Stoddart was born in Diamond Harbour, Canterbury, New Zealand in 1865, one of six children born to Mark Pringle Stoddart (1819-1885) and Anna Barbara (née Schjott). Her grandfather (Mark Stoddart's father) was Admiral Pringle Stoddart, a British Royal Navy officer. Her uncle was the Scottish poet Thomas Tod Stoddart. The family moved back to Scotland in 1876, and Stoddart attended Edinburgh Ladies' College there. When she was 14 her family returned to New Zealand, moving to Fendalton in Christchurch.

When the Canterbury College School of Art (now known as the Ilam School of Fine Arts) opened in 1882, Stoddart enrolled, and completed her studies in 1890. She was awarded the Second Grade Full Certificate. During this period she became a member of the Palette Club, an association of artists who were committed to working from nature.

==Career==
Stoddart began establishing a reputation as one of the country's foremost flower painters, and in 1885 was elected to the council of the Canterbury Society of Arts. In 1886 and 1891 she visited friends in the Chatham Islands. There she recorded the islands vegetation. Her travels were recorded in an album which was later presented to the Canterbury Museum.

Respected institutions began buying her work. In 1885 the Canterbury Society of Arts bought two of her flower paintings for its permanent collection. In 1890, 12 of her botanical paintings were acquired by the Canterbury Museum. She also exhibited at the Auckland Society of Arts in 1892. In 1894 she travelled to Melbourne, where with support from Ellis Rowan, the Australian flower painter, she held a successful exhibition.

Around 1898 Stoddart sailed for England. She stayed in London before moving to live at St Ives in Cornwall, at the time hosting a colony of artists. She spent over nine years painting in Europe, living not only in England, but also France and Italy. Shortly after her arrival, in 1898 or 1899, she went to Norway. She visited France and spent almost a year in Italy in 1905/06. She took lessons from Norman Garstin, Louis Grier and Charles Lasal amongst others and was strongly influenced by the Impressionist movement.

In England, Stoddart intermittently met up with Frances Hodgkins, another expatriate artist.
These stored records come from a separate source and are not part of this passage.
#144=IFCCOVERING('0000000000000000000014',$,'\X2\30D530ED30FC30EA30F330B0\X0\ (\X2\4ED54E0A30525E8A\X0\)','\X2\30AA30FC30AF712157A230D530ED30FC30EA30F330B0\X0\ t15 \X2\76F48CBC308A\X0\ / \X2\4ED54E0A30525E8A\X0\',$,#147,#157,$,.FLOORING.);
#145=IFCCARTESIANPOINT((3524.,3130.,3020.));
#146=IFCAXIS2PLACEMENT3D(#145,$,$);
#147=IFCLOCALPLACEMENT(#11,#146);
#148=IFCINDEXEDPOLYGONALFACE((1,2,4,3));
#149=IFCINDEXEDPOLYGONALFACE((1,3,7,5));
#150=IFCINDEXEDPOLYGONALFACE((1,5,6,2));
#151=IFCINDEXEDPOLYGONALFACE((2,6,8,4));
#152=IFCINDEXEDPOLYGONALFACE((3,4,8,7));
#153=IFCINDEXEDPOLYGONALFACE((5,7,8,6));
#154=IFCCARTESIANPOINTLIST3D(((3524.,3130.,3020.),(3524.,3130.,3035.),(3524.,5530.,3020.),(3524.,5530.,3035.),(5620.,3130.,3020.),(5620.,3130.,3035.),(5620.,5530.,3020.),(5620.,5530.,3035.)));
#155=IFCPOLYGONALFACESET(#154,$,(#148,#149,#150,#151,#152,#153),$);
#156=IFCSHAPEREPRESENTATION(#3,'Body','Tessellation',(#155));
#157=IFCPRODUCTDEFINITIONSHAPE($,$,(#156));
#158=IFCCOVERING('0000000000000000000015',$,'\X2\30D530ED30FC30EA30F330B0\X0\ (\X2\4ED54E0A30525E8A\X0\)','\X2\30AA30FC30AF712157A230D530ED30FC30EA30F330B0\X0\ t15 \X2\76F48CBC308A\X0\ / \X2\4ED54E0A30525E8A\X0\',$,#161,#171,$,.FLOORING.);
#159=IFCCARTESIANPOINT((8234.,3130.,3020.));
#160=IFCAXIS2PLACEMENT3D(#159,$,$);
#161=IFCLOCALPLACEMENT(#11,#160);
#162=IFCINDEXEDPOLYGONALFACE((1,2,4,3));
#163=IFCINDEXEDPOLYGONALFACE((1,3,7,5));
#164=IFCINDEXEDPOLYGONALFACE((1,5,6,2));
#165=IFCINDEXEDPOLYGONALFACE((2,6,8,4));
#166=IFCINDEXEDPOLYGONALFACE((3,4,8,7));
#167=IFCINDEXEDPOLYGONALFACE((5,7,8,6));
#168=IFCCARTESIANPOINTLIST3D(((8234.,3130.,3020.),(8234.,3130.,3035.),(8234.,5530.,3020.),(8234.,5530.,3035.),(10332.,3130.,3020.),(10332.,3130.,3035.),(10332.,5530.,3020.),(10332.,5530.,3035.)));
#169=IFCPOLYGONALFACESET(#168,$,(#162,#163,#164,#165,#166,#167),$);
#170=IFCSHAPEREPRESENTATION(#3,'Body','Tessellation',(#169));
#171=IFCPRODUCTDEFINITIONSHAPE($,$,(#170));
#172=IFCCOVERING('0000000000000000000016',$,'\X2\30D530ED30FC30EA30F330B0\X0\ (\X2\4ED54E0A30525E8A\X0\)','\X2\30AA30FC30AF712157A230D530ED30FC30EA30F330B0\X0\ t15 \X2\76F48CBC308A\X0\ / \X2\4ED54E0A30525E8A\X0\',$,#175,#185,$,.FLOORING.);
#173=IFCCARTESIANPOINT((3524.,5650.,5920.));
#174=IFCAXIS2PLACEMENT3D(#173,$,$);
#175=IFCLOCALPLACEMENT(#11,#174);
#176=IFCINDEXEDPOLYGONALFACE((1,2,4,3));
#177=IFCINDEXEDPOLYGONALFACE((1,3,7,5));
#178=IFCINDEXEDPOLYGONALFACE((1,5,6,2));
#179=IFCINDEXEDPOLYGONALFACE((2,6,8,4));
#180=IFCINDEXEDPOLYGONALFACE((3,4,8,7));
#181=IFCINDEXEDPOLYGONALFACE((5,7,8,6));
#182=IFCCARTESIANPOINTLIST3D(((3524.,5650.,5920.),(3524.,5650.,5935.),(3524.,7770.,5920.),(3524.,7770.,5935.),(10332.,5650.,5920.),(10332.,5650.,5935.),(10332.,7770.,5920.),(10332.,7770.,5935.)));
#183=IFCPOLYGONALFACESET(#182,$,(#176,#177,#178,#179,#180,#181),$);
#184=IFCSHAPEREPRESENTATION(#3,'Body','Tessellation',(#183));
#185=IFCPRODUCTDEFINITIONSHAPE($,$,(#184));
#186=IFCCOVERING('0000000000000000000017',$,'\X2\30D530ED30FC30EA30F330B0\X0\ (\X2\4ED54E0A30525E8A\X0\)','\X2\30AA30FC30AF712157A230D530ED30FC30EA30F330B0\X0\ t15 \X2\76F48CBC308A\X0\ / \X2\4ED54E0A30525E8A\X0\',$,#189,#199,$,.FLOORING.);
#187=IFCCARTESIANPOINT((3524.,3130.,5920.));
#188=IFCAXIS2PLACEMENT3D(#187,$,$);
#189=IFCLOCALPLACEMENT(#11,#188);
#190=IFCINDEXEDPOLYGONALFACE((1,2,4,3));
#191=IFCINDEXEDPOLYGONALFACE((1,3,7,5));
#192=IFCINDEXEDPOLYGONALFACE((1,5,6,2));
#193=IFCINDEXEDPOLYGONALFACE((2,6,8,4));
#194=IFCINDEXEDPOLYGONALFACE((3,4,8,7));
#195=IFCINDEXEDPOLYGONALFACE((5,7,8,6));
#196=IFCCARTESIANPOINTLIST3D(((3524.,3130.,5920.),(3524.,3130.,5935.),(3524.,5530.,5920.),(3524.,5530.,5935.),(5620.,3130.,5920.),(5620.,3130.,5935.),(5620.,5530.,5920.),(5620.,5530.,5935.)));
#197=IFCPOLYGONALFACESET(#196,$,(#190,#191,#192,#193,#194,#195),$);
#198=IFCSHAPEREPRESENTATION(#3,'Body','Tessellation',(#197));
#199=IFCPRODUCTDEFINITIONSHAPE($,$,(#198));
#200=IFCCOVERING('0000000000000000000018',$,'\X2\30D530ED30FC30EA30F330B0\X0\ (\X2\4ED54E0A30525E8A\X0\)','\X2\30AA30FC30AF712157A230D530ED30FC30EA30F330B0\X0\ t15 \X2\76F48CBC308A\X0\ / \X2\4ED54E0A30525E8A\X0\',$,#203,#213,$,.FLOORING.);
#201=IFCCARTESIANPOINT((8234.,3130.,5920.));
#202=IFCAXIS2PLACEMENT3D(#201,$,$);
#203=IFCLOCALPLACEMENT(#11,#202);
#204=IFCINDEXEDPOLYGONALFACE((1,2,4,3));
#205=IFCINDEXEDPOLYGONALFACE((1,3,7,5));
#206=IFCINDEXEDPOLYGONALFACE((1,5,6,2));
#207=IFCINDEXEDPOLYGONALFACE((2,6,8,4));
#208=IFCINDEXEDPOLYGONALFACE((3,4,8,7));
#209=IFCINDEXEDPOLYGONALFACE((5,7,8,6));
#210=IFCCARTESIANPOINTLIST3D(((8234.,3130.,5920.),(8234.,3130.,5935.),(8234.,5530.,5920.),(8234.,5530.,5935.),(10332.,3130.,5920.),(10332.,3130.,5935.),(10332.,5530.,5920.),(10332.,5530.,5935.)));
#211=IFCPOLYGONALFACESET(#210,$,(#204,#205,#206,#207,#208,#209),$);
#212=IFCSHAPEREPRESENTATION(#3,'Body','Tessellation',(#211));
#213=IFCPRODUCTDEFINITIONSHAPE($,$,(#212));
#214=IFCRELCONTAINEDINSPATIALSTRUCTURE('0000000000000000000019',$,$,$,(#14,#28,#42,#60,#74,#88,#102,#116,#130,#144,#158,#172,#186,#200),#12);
In 1903 the two worked together in the English village of Bushey in Hertfordshire. Stoddart exhibited with the Royal Institute in London, the Society of Aquarellists in Rome, and in Paris she showed at the Salon of the Société des Artistes Français and the Société Nationale des Beaux-Arts. At an exhibition in 1902 at the Baillie Gallery, London, her work was singled out for praise by The Sunday Times. Before leaving for New Zealand she exhibited at the Royal Academy of Arts and with the Society of Women Artists.

Stoddart returned to New Zealand in November 1906 and went to live with her mother and sister. In 1913 she moved to with her family to Christchurch. Apart from a trip to Australia and Tahiti in about 1926 she remained in New Zealand for the rest of her life.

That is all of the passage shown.